Serious question... why would you think any given function should have any reasonable predictive capability? If I'm trying to model something in the engineering world I learn about how that thing works and select functions that are know to be representative of that behavior. For example, using a weibull distribution to evaluate predicted failures of a component or system. On the other hand, if I try random model functions with a sufficient number of model parameters, I would expect to be able to make some of those functions "fit" a given set of data, but I would not trust them to have any predictive capability. There are many way you could go about trying to convince yourself a given model might continue to work in the future. I'd be interested to know if or how you're considering that issue.
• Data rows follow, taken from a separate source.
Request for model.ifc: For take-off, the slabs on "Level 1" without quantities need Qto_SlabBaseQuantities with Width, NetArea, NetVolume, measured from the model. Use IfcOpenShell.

First a look at what the model holds.

```python
import ifcopenshell
import ifcopenshell.util.element
import ifcopenshell.util.unit

model = ifcopenshell.open("model.ifc")
print(model.schema)
for unit_type in ("LENGTHUNIT", "AREAUNIT", "VOLUMEUNIT"):
    print(unit_type, ifcopenshell.util.unit.calculate_unit_scale(model, unit_type))
storey = next(s for s in model.by_type("IfcBuildingStorey") if s.Name == "Level 1")
slabs = [e for e in ifcopenshell.util.element.get_decomposition(storey) if e.is_a("IfcSlab")]
for e in sorted(slabs, key=lambda e: e.id()):
    print(e.id(), e.is_a(), e.Name, list(ifcopenshell.util.element.get_psets(e, qtos_only=True)), sep=" | ")
```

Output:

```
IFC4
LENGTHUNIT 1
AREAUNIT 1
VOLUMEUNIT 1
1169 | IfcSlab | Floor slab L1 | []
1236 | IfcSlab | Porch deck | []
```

```python
import ifcopenshell
import ifcopenshell.api.pset
import ifcopenshell.geom
import ifcopenshell.util.element
import ifcopenshell.util.shape
import ifcopenshell.util.unit

model = ifcopenshell.open("model.ifc")
unit_scale = ifcopenshell.util.unit.calculate_unit_scale(model)
area_scale = ifcopenshell.util.unit.calculate_unit_scale(model, "AREAUNIT")
volume_scale = ifcopenshell.util.unit.calculate_unit_scale(model, "VOLUMEUNIT")
settings = ifcopenshell.geom.settings()

storey = next(s for s in model.by_type("IfcBuildingStorey") if s.Name == "Level 1")
slabs = [e for e in ifcopenshell.util.element.get_decomposition(storey) if e.is_a("IfcSlab")]

for e in sorted(slabs, key=lambda e: e.id()):
    if ifcopenshell.util.element.get_psets(e, qtos_only=True, should_inherit=False):
        continue
    # Geometry comes back in metres, in the element's own axes.
    shape = ifcopenshell.geom.create_shape(settings, e)
    values = {
        "Width": ifcopenshell.util.shape.get_z(shape.geometry) / unit_scale,
        "NetArea": ifcopenshell.util.shape.get_footprint_area(shape.geometry) / area_scale,
        "NetVolume": ifcopenshell.util.shape.get_volume(shape.geometry) / volume_scale,
    }
    qto = ifcopenshell.api.pset.add_qto(model, product=e, name="Qto_SlabBaseQuantities")
    ifcopenshell.api.pset.edit_qto(model, qto=qto, properties=values)
    print(e.id(), {k: round(v, 3) for k, v in values.items()})

model.write("model_edited.ifc")
```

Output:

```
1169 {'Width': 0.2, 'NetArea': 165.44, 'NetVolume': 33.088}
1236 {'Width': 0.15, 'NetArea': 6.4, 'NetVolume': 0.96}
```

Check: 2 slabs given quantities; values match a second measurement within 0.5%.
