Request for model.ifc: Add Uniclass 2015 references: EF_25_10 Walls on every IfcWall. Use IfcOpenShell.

First a look at what the model holds.

```python
import ifcopenshell

model = ifcopenshell.open("model.ifc")
print(model.schema)
print("classifications:", [c.Name for c in model.by_type("IfcClassification")])
for ifc_class in ("IfcDoor", "IfcRoof", "IfcStair", "IfcWall", "IfcWindow"):
    print(ifc_class, len(model.by_type(ifc_class)))
```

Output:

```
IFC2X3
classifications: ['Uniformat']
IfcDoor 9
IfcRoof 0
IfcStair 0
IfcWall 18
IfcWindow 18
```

```python
import ifcopenshell
import ifcopenshell.api.classification

model = ifcopenshell.open("model.ifc")

# IFC2X3 requires Source and Edition and has no link from the project to the system.
system = model.create_entity("IfcClassification", Source="NBS", Edition="2015", Name="Uniclass 2015")

codes = {
    "IfcWall": ("EF_25_10", "Walls"),
}
for ifc_class, (code, name) in codes.items():
    products = model.by_type(ifc_class)
    ifcopenshell.api.classification.add_reference(
        model, products=products, classification=system, identification=code, name=name
    )
    print(code, len(products))

model.write("model-out.ifc")
```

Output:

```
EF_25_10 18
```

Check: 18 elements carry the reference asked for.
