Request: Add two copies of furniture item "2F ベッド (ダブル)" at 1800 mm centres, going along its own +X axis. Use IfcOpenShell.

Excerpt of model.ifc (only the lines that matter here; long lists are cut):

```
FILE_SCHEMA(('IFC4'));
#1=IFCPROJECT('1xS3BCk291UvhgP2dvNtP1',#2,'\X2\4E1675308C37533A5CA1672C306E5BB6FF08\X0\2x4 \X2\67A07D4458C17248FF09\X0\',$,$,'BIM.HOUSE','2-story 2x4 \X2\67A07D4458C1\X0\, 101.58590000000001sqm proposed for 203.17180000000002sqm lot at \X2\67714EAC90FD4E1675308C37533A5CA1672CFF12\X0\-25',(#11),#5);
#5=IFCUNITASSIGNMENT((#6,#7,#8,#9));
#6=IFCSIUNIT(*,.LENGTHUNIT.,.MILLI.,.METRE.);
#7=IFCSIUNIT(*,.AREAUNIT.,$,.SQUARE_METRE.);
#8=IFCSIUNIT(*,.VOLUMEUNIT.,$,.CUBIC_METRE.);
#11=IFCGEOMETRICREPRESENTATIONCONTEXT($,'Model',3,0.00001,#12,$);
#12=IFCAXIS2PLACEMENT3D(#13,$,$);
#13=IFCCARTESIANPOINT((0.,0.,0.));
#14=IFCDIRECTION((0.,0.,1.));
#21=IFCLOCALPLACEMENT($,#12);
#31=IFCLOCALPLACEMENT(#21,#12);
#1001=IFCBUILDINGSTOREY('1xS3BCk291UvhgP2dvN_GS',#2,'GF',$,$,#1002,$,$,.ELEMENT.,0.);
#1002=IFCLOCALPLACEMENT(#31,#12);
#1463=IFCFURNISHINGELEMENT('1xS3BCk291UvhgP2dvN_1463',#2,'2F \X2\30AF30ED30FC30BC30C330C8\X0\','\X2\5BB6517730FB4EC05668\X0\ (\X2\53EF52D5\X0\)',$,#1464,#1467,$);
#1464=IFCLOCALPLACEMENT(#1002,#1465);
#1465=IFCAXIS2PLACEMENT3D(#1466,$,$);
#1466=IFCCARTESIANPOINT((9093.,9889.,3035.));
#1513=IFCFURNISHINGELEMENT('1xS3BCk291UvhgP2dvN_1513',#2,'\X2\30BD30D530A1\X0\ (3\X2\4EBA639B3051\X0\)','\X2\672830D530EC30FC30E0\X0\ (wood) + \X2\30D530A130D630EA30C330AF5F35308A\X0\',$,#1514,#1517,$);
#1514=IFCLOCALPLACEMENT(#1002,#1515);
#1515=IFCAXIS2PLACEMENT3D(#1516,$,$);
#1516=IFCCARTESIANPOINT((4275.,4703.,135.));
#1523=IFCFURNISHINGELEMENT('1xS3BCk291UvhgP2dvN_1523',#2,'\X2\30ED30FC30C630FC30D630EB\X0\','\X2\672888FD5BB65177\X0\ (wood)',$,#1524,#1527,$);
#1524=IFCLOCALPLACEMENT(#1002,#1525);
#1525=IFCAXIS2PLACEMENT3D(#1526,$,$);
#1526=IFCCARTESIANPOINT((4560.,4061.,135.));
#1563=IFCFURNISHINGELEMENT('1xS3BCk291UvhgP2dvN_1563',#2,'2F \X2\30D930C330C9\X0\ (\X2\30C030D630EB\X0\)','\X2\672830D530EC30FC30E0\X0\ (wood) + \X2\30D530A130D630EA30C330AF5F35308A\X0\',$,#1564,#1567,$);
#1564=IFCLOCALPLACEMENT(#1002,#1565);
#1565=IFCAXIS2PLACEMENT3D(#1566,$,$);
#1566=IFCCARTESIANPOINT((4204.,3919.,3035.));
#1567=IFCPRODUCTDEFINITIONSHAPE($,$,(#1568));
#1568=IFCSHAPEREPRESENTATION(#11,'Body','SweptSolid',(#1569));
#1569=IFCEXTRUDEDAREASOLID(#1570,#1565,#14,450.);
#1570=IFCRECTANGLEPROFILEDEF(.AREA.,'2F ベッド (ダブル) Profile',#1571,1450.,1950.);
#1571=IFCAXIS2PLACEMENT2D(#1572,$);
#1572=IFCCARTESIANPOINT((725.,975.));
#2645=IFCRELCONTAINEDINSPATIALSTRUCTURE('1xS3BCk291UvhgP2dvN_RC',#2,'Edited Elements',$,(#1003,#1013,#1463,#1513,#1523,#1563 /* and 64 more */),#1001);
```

```python
import ifcopenshell
import ifcopenshell.api.geometry
import ifcopenshell.api.root
import ifcopenshell.util.element
import ifcopenshell.util.placement
import ifcopenshell.util.unit

model = ifcopenshell.open("model.ifc")
unit_scale = ifcopenshell.util.unit.calculate_unit_scale(model)


def reuse_history(source, copy):
    """copy_class also copies each property set's owner history, people and application; keep the originals."""
    for rel in copy.IsDefinedBy:
        if rel.is_a("IfcRelDefinesByProperties") and (history := rel.RelatingPropertyDefinition.OwnerHistory):
            rel.RelatingPropertyDefinition.OwnerHistory = source.OwnerHistory
            ifcopenshell.util.element.remove_deep2(model, history)


source = model.by_guid("1xS3BCk291UvhgP2dvN_1563")
base = ifcopenshell.util.placement.get_local_placement(source.ObjectPlacement)
step = base[:3, 0] * 1.8 / unit_scale

for i in range(1, 3):
    copy = ifcopenshell.api.root.copy_class(model, product=source)
    copy.Representation = ifcopenshell.util.element.copy_deep(
        model, source.Representation, exclude=["IfcGeometricRepresentationContext", "IfcRepresentationMap"]
    )
    reuse_history(source, copy)
    matrix = base.copy()
    matrix[:3, 3] += i * step
    print("added at", matrix[:3, 3].round(3) + 0.0)
    ifcopenshell.api.geometry.edit_object_placement(model, product=copy, matrix=matrix, is_si=False)

model.write("model_rev.ifc")
```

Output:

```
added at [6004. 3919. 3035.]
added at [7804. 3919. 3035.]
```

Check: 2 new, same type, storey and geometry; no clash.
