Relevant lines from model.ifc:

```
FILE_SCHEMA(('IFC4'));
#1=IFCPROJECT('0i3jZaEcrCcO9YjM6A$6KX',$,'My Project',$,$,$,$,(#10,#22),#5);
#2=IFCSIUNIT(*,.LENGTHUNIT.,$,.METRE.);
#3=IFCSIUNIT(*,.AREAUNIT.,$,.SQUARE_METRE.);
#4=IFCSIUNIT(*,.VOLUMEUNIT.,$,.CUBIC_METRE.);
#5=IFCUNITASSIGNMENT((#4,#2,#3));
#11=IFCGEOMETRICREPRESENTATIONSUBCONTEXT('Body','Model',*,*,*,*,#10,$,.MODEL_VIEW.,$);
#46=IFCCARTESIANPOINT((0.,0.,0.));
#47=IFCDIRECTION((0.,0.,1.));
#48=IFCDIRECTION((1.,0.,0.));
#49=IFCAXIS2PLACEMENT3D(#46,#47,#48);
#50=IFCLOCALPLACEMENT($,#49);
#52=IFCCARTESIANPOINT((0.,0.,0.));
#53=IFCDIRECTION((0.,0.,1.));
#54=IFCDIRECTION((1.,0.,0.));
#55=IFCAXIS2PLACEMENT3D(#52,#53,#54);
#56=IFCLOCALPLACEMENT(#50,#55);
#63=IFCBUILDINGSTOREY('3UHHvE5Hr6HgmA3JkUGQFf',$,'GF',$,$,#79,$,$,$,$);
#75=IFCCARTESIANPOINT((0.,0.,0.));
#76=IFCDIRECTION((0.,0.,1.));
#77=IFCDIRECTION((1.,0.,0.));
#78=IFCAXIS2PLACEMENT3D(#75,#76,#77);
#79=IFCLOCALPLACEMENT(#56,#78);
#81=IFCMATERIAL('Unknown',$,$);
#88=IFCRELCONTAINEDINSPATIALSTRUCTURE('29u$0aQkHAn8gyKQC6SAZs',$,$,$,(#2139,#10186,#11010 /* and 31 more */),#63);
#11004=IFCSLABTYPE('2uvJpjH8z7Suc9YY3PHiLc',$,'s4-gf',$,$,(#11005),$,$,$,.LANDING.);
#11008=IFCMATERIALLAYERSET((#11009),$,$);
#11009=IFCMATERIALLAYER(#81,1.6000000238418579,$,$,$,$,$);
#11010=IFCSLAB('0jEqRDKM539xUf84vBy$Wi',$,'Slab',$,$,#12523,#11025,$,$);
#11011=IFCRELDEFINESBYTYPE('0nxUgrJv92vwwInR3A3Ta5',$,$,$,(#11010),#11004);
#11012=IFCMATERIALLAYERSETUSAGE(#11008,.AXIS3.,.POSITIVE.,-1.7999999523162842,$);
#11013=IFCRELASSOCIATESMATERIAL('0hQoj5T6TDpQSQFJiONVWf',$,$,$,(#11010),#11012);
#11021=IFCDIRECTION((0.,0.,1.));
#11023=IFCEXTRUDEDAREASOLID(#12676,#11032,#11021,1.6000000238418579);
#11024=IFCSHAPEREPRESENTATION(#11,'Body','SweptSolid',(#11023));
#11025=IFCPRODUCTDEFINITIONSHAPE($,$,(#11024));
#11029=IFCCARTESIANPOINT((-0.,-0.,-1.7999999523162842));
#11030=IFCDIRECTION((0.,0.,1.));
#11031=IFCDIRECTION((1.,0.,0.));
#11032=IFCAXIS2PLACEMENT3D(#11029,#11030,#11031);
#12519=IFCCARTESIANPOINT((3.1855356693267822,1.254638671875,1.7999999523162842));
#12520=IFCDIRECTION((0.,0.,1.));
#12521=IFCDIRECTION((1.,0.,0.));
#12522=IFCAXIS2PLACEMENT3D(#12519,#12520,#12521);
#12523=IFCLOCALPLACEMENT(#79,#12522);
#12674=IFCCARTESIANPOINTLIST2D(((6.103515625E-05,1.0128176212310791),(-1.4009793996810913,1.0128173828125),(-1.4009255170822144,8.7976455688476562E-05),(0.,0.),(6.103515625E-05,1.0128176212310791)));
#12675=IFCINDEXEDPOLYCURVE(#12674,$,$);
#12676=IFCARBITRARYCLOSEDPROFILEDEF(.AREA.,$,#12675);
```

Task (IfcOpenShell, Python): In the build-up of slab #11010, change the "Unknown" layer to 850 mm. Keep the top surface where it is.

```python
import ifcopenshell
import ifcopenshell.util.element
import ifcopenshell.util.representation

model = ifcopenshell.open("model.ifc")

layer_set = model.by_id(11008)
layer = next(l for l in layer_set.MaterialLayers if l.Material and l.Material.Name == "Unknown")
change = 0.85 - layer.LayerThickness
layer.LayerThickness += change

# Geometry does not follow the layer set by itself.
slabs = [e for e in ifcopenshell.util.element.get_elements_by_material(model, layer_set) if e.is_a("IfcSlab")]
for slab in sorted(slabs, key=lambda e: e.id()):
    body = ifcopenshell.util.representation.get_representation(slab, "Model", "Body")
    solid = body.Items[0]
    old_depth = solid.Depth
    solid.Depth += change
    # Extruded upwards: lower the start of the extrusion so the top stays.
    x, y, z = solid.Position.Location.Coordinates
    solid.Position.Location = model.createIfcCartesianPoint((x, y, z - change))
    print(slab.id(), f"{old_depth:g} -> {solid.Depth:g}")

# The layers are counted up from the underside, which has moved.
for usage in {ifcopenshell.util.element.get_material(slab) for slab in slabs}:
    usage.OffsetFromReferenceLine -= change

model.write("model_v2.ifc")
```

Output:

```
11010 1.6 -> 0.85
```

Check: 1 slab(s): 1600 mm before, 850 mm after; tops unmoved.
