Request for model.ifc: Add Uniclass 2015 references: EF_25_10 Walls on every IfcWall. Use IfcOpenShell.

First a look at what the model holds.

```python
import ifcopenshell

model = ifcopenshell.open("model.ifc")
print(model.schema)
print("classifications:", [c.Name for c in model.by_type("IfcClassification")])
for ifc_class in ("IfcDoor", "IfcRoof", "IfcStair", "IfcWall", "IfcWindow"):
    print(ifc_class, len(model.by_type(ifc_class)))
```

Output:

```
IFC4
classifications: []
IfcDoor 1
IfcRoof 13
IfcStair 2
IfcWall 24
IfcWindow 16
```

```python
import ifcopenshell
import ifcopenshell.api.classification

model = ifcopenshell.open("model.ifc")

system = ifcopenshell.api.classification.add_classification(model, classification="Uniclass 2015")

codes = {
    "IfcWall": ("EF_25_10", "Walls"),
}
for ifc_class, (code, name) in codes.items():
    products = model.by_type(ifc_class)
    ifcopenshell.api.classification.add_reference(
        model, products=products, classification=system, identification=code, name=name
    )
    print(code, len(products))

model.write("model_edited.ifc")
```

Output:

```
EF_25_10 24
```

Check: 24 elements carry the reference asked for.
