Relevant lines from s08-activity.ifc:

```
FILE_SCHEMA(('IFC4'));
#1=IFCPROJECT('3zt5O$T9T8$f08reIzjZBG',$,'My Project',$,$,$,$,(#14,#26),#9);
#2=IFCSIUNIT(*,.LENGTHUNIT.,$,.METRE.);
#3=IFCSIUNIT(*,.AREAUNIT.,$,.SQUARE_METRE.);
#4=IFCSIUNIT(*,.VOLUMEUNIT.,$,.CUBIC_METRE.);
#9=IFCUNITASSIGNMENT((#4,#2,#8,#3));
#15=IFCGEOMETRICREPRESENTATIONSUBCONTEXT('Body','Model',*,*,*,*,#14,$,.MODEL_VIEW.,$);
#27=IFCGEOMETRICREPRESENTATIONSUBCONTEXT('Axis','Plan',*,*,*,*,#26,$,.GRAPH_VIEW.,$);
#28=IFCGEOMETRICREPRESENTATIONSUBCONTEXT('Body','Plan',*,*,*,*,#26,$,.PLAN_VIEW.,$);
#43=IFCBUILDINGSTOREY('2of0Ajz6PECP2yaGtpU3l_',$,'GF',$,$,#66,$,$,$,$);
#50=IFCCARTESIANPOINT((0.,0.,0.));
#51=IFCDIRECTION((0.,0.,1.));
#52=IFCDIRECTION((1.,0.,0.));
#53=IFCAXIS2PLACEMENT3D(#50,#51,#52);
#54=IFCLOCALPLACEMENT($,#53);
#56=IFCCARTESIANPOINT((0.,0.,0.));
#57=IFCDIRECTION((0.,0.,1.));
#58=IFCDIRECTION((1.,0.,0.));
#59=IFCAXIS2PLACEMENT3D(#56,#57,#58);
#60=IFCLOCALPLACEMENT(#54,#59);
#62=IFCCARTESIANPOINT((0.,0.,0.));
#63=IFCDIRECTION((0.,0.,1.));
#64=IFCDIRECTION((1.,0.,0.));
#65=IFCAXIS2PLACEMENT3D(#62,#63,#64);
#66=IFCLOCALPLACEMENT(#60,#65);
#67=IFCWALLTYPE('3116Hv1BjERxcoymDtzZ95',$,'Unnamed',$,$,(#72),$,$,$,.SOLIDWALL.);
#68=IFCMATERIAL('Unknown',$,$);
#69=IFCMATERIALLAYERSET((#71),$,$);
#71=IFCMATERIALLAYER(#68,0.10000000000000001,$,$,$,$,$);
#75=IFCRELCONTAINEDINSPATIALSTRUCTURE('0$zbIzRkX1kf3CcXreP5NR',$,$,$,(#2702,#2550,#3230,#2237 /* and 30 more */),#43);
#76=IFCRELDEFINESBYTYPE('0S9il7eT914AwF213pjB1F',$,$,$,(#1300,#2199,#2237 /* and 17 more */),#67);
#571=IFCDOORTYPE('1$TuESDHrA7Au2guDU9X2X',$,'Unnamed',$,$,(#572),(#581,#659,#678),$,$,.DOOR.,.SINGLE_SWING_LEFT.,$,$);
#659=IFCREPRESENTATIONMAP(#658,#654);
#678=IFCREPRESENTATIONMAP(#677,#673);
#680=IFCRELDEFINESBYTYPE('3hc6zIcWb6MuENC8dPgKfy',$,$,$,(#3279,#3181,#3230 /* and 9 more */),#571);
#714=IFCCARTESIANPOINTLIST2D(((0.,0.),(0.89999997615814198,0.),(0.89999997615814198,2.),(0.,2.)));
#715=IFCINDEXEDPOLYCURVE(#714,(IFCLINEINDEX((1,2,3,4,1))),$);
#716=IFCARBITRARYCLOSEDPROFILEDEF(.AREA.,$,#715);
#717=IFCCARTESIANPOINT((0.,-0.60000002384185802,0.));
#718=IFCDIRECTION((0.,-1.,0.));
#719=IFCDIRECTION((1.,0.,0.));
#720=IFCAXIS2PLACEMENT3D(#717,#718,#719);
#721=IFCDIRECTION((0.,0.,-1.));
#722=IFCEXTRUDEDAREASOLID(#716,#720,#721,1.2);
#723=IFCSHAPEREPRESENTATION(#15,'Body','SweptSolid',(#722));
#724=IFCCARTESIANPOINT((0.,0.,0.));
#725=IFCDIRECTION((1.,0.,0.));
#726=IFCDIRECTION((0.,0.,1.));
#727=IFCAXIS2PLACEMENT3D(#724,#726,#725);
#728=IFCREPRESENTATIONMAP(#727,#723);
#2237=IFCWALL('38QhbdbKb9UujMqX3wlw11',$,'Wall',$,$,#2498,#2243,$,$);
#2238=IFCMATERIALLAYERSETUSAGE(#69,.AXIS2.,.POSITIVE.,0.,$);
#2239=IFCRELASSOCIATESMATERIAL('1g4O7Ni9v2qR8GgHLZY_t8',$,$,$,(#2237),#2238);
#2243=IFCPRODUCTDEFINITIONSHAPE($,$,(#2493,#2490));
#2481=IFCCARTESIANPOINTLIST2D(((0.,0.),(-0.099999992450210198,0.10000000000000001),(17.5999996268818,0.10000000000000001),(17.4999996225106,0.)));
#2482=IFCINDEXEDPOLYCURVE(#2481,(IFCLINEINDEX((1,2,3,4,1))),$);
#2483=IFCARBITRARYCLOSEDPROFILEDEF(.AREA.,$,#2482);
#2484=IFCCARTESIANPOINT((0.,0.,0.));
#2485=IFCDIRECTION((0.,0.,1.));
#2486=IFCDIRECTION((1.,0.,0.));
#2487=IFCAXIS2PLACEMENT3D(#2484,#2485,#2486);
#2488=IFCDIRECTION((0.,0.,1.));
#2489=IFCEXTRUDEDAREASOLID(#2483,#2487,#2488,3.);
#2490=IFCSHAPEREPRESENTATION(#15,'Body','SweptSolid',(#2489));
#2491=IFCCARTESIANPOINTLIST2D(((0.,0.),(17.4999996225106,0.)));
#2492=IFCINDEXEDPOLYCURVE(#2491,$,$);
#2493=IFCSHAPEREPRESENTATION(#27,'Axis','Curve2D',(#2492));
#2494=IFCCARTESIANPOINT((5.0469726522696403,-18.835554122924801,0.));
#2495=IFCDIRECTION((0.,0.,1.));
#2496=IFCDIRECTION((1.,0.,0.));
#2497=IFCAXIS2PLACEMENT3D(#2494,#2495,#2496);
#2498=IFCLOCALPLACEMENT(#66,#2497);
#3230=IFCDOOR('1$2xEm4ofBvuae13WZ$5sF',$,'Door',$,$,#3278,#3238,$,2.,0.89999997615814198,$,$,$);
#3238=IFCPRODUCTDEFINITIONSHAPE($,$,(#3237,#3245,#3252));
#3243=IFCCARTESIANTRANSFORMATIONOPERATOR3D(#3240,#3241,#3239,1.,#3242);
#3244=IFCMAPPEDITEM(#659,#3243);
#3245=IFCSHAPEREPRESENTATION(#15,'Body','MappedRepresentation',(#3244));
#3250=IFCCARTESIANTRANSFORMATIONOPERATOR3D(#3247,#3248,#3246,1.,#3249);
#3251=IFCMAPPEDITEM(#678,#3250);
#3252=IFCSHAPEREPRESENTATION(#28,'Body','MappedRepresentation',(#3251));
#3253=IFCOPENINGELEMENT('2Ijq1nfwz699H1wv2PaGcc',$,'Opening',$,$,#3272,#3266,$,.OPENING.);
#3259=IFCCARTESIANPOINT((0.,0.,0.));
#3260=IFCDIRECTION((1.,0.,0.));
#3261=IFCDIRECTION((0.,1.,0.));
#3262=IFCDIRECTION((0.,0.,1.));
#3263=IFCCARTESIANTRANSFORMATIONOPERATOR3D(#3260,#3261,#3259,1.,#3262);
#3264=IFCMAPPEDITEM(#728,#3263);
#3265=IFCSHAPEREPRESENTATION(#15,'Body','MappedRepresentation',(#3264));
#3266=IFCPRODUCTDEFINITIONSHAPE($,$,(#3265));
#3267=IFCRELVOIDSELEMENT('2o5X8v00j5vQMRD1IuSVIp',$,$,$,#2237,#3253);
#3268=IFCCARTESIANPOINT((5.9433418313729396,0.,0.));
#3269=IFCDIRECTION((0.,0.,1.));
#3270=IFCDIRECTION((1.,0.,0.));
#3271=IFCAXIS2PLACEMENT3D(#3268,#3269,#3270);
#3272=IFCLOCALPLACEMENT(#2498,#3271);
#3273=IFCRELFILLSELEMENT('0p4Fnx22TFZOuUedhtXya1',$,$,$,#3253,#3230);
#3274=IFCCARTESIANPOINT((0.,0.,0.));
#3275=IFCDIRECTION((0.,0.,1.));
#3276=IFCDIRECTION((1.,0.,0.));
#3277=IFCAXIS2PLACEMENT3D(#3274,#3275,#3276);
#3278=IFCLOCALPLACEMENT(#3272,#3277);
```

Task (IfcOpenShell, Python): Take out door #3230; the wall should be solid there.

```python
import ifcopenshell
import ifcopenshell.api.feature
import ifcopenshell.api.root
import ifcopenshell.geom
import ifcopenshell.util.shape

model = ifcopenshell.open("s08-activity.ifc")
settings = ifcopenshell.geom.settings()


def volume(element):
    """Net volume in cubic metres, openings subtracted."""
    shape = ifcopenshell.geom.create_shape(settings, element)
    return ifcopenshell.util.shape.get_volume(shape.geometry)


door = model.by_guid("1$2xEm4ofBvuae13WZ$5sF")
opening = door.FillsVoids[0].RelatingOpeningElement
wall = opening.VoidsElements[0].RelatingBuildingElement
before = volume(wall)

ifcopenshell.api.root.remove_product(model, product=door)
ifcopenshell.api.feature.remove_feature(model, feature=opening)

after = volume(wall)

print(f"wall volume {before:.3f} -> {after:.3f} m3")

model.write("s08-activity_rev.ifc")
```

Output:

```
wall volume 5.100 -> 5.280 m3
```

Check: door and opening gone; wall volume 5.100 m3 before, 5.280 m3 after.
On 44,098 instances of out-of-sample evaluation data, the method had better simulated per-trade performance than the equivalent of buy and hold. This was using the same rules for each of the 26 assets tested. The functions found try to fit data well, but not too well, three swings plus surrounding data. The rules derived from the training data, not just the function output, are what would make the method work or not going forward.
What are the rules? How do u tell if results with rules are statistically significant? Is the rule saying BTFD?
I would just trade it. I am not sure I don't trade in a somewhat more simplistic manner, doing a sloppy, short term, linear regression in my head based off other moves I have seen on other data.
The rules are in the pseudocode in the first post. The start of the rules has Code: # types_for_runtime_checking [Ff]itProp lpr ^bars$ R1 = R0 = undef R0 = 0.828438 * lpr01op R1 = 0.388818 * lpr01cl if lpr12hi > R1 if hifitProp > clfitProp if R0 > cldtwFitProp if bars <= 36 if hifitProp > clfitProp R1 = 0.0973804 * lpr01lo R0 = 0.979132 * cldtwFitProp if opfitProp <= R0 if clfitProp >= 0.894782 R1 = 0.230463 * opdtwFitProp if bars <= 38 if lpr12lo <= R1 return 1 The rule has registers R0 R1 can get assigned to values in a multiplication statement or be undefined inputs such as lpr12hi: log of (predicted high price 2 bars ahead divided by predicted high price 1 bar ahead) * 100 lpr01op: log of (predicted open price 1 bar ahead divided by predicted open price of current bar) * 100 opfitProp: measure of how good the fit was for the series of open prices cldtwFitProp: measure of how good the fit was for the series of close prices using dynamic time warping bars: number of bars in the pattern constants get compared with inputs or multiply inputs. types_for_runtime_checking are regular expressions that match zero or more inputs. Registers assigned to a constant multiplied by an input take on that input's type. if statments have a condition that when true, the next statement runs. When the operands of an input have different types, the result is always false. For example, the "if R0 > cldtwFitProp" can never evaluate true because "R0 = 0.828438 * lpr01op" causes R0 to have type lpr and cldtwFitProp has type [Ff]itProp. return 1 means the rule passed, and the trade would be go long the next bar's open and exit the following bar's open. I'm guessing the results are statistically significant because the simulated per-trade performance tested better on a large set of out-of-sample data with the rules than without. I don't think the rules look like a "buy the dip" strategy because they apply to the next bar's open to the following bar's open. Of course, there are many times the rules would evaluate positive on consecutive trading days for the same symbol.